____ Information given
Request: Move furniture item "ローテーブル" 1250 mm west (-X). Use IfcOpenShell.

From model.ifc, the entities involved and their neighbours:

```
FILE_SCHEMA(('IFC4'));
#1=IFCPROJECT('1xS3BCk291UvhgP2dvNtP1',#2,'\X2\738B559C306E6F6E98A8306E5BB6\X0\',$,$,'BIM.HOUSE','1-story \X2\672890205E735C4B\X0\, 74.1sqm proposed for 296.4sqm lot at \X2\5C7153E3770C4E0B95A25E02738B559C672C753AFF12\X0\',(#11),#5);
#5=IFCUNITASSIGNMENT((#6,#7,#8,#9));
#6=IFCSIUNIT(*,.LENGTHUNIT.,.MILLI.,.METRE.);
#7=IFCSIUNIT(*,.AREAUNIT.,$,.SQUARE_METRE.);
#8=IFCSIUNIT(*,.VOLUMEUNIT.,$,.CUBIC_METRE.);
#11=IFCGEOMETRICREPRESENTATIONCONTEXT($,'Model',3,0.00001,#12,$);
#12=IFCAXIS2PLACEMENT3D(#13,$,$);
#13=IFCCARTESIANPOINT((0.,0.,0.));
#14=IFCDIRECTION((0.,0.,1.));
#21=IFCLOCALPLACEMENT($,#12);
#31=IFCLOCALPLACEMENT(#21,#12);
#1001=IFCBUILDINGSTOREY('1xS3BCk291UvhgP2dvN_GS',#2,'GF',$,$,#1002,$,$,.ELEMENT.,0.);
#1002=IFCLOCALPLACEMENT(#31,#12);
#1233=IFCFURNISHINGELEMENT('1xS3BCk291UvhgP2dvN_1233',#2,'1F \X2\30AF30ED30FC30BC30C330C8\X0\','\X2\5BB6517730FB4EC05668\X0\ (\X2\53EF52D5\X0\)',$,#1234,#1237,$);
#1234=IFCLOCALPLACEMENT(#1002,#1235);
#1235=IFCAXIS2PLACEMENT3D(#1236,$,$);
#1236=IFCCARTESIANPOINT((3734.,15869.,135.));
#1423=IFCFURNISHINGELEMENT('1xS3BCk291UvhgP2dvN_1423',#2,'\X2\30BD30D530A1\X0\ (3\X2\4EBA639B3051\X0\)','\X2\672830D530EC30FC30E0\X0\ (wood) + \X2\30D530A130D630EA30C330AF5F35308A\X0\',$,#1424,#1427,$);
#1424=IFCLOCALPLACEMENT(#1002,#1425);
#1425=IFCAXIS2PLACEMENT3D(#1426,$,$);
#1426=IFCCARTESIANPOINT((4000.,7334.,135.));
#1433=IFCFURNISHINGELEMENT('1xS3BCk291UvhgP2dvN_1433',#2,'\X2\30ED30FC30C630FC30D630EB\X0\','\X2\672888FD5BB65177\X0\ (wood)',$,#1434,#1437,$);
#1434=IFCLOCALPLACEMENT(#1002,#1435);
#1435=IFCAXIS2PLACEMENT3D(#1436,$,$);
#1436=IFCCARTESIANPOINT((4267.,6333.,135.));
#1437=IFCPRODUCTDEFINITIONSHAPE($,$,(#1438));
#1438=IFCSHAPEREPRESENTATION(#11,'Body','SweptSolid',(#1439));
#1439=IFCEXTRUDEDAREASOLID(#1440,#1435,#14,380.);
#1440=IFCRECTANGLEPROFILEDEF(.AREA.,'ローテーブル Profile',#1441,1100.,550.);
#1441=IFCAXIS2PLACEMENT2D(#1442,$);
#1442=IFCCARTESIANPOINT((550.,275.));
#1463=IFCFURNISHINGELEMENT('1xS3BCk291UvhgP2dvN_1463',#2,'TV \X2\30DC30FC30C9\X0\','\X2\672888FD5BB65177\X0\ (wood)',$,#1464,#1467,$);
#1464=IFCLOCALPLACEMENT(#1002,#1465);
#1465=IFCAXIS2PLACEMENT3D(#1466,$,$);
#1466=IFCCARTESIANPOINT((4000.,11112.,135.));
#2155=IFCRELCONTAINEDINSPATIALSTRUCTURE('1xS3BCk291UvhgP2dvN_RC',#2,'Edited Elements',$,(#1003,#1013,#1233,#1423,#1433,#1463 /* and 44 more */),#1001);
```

```python
import ifcopenshell
import ifcopenshell.api.geometry
import ifcopenshell.util.placement
import ifcopenshell.util.unit

model = ifcopenshell.open("model.ifc")
unit_scale = ifcopenshell.util.unit.calculate_unit_scale(model)

item = model.by_guid("1xS3BCk291UvhgP2dvN_1433")
matrix = ifcopenshell.util.placement.get_local_placement(item.ObjectPlacement)
matrix[0, 3] -= 1.25 / unit_scale
ifcopenshell.api.geometry.edit_object_placement(model, product=item, matrix=matrix, is_si=False)

print(ifcopenshell.util.placement.get_local_placement(item.ObjectPlacement).round(3) + 0.0)

model.write("model_updated.ifc")
```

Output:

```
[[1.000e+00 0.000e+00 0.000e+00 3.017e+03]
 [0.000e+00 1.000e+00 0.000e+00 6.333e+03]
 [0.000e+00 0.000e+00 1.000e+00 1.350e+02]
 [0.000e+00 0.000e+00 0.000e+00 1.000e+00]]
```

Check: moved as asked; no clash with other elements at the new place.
________
Aim of the task:
Looking back over the listing above, how many lines include the word "ローテーブル"? Give the number and nothing more.

Solution:
2